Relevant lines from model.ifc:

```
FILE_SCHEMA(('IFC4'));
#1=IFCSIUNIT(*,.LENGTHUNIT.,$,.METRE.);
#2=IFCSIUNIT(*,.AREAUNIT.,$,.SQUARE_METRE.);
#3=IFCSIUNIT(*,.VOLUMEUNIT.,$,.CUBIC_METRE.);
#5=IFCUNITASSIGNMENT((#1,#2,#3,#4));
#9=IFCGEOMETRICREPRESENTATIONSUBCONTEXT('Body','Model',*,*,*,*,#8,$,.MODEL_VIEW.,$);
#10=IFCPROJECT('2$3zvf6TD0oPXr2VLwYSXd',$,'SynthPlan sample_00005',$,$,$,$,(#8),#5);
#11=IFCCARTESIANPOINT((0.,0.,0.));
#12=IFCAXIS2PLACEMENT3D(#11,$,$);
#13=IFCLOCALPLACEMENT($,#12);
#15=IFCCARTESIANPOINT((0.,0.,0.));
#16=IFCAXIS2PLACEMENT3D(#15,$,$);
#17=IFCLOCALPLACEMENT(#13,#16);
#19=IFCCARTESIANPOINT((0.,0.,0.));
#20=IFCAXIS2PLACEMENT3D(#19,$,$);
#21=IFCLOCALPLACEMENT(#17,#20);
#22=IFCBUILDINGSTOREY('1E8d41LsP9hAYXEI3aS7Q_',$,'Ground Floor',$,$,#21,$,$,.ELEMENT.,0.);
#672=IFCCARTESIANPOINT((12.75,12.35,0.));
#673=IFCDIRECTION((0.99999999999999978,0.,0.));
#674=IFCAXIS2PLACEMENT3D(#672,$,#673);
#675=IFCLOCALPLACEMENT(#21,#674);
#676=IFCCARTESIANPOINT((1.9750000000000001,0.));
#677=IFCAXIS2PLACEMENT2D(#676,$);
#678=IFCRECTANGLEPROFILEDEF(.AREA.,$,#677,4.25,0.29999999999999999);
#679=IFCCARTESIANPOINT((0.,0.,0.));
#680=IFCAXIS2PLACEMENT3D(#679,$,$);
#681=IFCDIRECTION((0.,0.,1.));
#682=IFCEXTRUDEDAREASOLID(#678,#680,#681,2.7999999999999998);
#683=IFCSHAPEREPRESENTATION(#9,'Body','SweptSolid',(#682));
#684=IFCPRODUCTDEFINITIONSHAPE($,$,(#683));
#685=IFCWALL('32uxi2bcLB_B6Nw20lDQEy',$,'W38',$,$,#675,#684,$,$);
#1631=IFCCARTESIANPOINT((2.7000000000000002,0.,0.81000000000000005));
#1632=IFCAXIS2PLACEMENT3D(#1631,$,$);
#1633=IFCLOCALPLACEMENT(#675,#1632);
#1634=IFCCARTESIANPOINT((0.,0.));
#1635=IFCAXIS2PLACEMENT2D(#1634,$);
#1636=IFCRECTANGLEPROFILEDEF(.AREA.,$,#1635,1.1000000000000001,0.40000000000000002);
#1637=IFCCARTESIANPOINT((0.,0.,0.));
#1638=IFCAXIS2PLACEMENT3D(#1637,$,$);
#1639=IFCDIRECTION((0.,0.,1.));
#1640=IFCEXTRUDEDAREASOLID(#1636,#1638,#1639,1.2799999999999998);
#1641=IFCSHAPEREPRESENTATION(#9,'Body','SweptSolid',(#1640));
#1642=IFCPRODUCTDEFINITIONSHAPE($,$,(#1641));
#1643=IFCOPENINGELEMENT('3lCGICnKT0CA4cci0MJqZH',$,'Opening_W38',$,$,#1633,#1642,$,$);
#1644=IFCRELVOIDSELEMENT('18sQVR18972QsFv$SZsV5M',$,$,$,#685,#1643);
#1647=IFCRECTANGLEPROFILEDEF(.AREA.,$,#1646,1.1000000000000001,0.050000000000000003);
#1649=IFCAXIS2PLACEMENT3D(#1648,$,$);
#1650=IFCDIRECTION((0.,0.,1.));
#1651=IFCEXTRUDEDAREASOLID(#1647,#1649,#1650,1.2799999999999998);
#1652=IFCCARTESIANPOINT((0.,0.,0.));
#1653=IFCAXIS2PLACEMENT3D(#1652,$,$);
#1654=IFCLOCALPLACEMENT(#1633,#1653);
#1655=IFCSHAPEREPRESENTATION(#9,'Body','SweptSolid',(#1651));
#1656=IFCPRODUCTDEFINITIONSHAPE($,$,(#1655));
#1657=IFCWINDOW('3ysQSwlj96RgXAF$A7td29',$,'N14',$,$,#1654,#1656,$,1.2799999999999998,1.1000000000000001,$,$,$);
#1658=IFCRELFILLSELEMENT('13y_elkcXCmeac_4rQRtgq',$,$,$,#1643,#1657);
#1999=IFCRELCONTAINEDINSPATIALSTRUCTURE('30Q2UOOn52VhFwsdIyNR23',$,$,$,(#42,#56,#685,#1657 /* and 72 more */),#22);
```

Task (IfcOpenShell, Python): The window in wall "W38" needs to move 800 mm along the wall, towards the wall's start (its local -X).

```python
import ifcopenshell
import ifcopenshell.api.geometry
import ifcopenshell.util.placement
import ifcopenshell.util.unit

model = ifcopenshell.open("model.ifc")
unit_scale = ifcopenshell.util.unit.calculate_unit_scale(model)

window = model.by_guid("3ysQSwlj96RgXAF$A7td29")
opening = window.FillsVoids[0].RelatingOpeningElement
wall = opening.VoidsElements[0].RelatingBuildingElement

wall_matrix = ifcopenshell.util.placement.get_local_placement(wall.ObjectPlacement)
shift = wall_matrix[:3, 0] * -0.8 / unit_scale
before = ifcopenshell.util.placement.get_local_placement(window.ObjectPlacement)[:3, 3].copy()

# The window is placed relative to its opening, so it follows when the opening moves.
matrix = ifcopenshell.util.placement.get_local_placement(opening.ObjectPlacement)
matrix[:3, 3] += shift
ifcopenshell.api.geometry.edit_object_placement(
    model, product=opening, matrix=matrix, is_si=False, should_transform_children=True
)

after = ifcopenshell.util.placement.get_local_placement(window.ObjectPlacement)[:3, 3]
print("window moved by", (after - before).round(3) + 0.0)

model.write("model_edited.ifc")
```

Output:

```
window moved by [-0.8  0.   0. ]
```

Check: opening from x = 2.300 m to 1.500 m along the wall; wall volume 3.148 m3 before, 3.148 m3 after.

· · · · ·

### HOW TO COMPLETE THIS TASK
Transcribe each record shown above, exactly.

### EXERCISE RESULT
Relevant lines from model.ifc:

```
FILE_SCHEMA(('IFC4'));
#1=IFCSIUNIT(*,.LENGTHUNIT.,$,.METRE.);
#2=IFCSIUNIT(*,.AREAUNIT.,$,.SQUARE_METRE.);
#3=IFCSIUNIT(*,.VOLUMEUNIT.,$,.CUBIC_METRE.);
#5=IFCUNITASSIGNMENT((#1,#2,#3,#4));
#9=IFCGEOMETRICREPRESENTATIONSUBCONTEXT('Body','Model',*,*,*,*,#8,$,.MODEL_VIEW.,$);
#10=IFCPROJECT('2$3zvf6TD0oPXr2VLwYSXd',$,'SynthPlan sample_00005',$,$,$,$,(#8),#5);
#11=IFCCARTESIANPOINT((0.,0.,0.));
#12=IFCAXIS2PLACEMENT3D(#11,$,$);
#13=IFCLOCALPLACEMENT($,#12);
#15=IFCCARTESIANPOINT((0.,0.,0.));
#16=IFCAXIS2PLACEMENT3D(#15,$,$);
#17=IFCLOCALPLACEMENT(#13,#16);
#19=IFCCARTESIANPOINT((0.,0.,0.));
#20=IFCAXIS2PLACEMENT3D(#19,$,$);
#21=IFCLOCALPLACEMENT(#17,#20);
#22=IFCBUILDINGSTOREY('1E8d41LsP9hAYXEI3aS7Q_',$,'Ground Floor',$,$,#21,$,$,.ELEMENT.,0.);
#672=IFCCARTESIANPOINT((12.75,12.35,0.));
#673=IFCDIRECTION((0.99999999999999978,0.,0.));
#674=IFCAXIS2PLACEMENT3D(#672,$,#673);
#675=IFCLOCALPLACEMENT(#21,#674);
#676=IFCCARTESIANPOINT((1.9750000000000001,0.));
#677=IFCAXIS2PLACEMENT2D(#676,$);
#678=IFCRECTANGLEPROFILEDEF(.AREA.,$,#677,4.25,0.29999999999999999);
#679=IFCCARTESIANPOINT((0.,0.,0.));
#680=IFCAXIS2PLACEMENT3D(#679,$,$);
#681=IFCDIRECTION((0.,0.,1.));
#682=IFCEXTRUDEDAREASOLID(#678,#680,#681,2.7999999999999998);
#683=IFCSHAPEREPRESENTATION(#9,'Body','SweptSolid',(#682));
#684=IFCPRODUCTDEFINITIONSHAPE($,$,(#683));
#685=IFCWALL('32uxi2bcLB_B6Nw20lDQEy',$,'W38',$,$,#675,#684,$,$);
#1631=IFCCARTESIANPOINT((2.7000000000000002,0.,0.81000000000000005));
#1632=IFCAXIS2PLACEMENT3D(#1631,$,$);
#1633=IFCLOCALPLACEMENT(#675,#1632);
#1634=IFCCARTESIANPOINT((0.,0.));
#1635=IFCAXIS2PLACEMENT2D(#1634,$);
#1636=IFCRECTANGLEPROFILEDEF(.AREA.,$,#1635,1.1000000000000001,0.40000000000000002);
#1637=IFCCARTESIANPOINT((0.,0.,0.));
#1638=IFCAXIS2PLACEMENT3D(#1637,$,$);
#1639=IFCDIRECTION((0.,0.,1.));
#1640=IFCEXTRUDEDAREASOLID(#1636,#1638,#1639,1.2799999999999998);
#1641=IFCSHAPEREPRESENTATION(#9,'Body','SweptSolid',(#1640));
#1642=IFCPRODUCTDEFINITIONSHAPE($,$,(#1641));
#1643=IFCOPENINGELEMENT('3lCGICnKT0CA4cci0MJqZH',$,'Opening_W38',$,$,#1633,#1642,$,$);
#1644=IFCRELVOIDSELEMENT('18sQVR18972QsFv$SZsV5M',$,$,$,#685,#1643);
#1647=IFCRECTANGLEPROFILEDEF(.AREA.,$,#1646,1.1000000000000001,0.050000000000000003);
#1649=IFCAXIS2PLACEMENT3D(#1648,$,$);
#1650=IFCDIRECTION((0.,0.,1.));
#1651=IFCEXTRUDEDAREASOLID(#1647,#1649,#1650,1.2799999999999998);
#1652=IFCCARTESIANPOINT((0.,0.,0.));
#1653=IFCAXIS2PLACEMENT3D(#1652,$,$);
#1654=IFCLOCALPLACEMENT(#1633,#1653);
#1655=IFCSHAPEREPRESENTATION(#9,'Body','SweptSolid',(#1651));
#1656=IFCPRODUCTDEFINITIONSHAPE($,$,(#1655));
#1657=IFCWINDOW('3ysQSwlj96RgXAF$A7td29',$,'N14',$,$,#1654,#1656,$,1.2799999999999998,1.1000000000000001,$,$,$);
#1658=IFCRELFILLSELEMENT('13y_elkcXCmeac_4rQRtgq',$,$,$,#1643,#1657);
#1999=IFCRELCONTAINEDINSPATIALSTRUCTURE('30Q2UOOn52VhFwsdIyNR23',$,$,$,(#42,#56,#685,#1657 /* and 72 more */),#22);
```

Task (IfcOpenShell, Python): The window in wall "W38" needs to move 800 mm along the wall, towards the wall's start (its local -X).

```python
import ifcopenshell
import ifcopenshell.api.geometry
import ifcopenshell.util.placement
import ifcopenshell.util.unit

model = ifcopenshell.open("model.ifc")
unit_scale = ifcopenshell.util.unit.calculate_unit_scale(model)

window = model.by_guid("3ysQSwlj96RgXAF$A7td29")
opening = window.FillsVoids[0].RelatingOpeningElement
wall = opening.VoidsElements[0].RelatingBuildingElement

wall_matrix = ifcopenshell.util.placement.get_local_placement(wall.ObjectPlacement)
shift = wall_matrix[:3, 0] * -0.8 / unit_scale
before = ifcopenshell.util.placement.get_local_placement(window.ObjectPlacement)[:3, 3].copy()

# The window is placed relative to its opening, so it follows when the opening moves.
matrix = ifcopenshell.util.placement.get_local_placement(opening.ObjectPlacement)
matrix[:3, 3] += shift
ifcopenshell.api.geometry.edit_object_placement(
    model, product=opening, matrix=matrix, is_si=False, should_transform_children=True
)

after = ifcopenshell.util.placement.get_local_placement(window.ObjectPlacement)[:3, 3]
print("window moved by", (after - before).round(3) + 0.0)

model.write("model_edited.ifc")
```

Output:

```
window moved by [-0.8  0.   0. ]
```

Check: opening from x = 2.300 m to 1.500 m along the wall; wall volume 3.148 m3 before, 3.148 m3 after.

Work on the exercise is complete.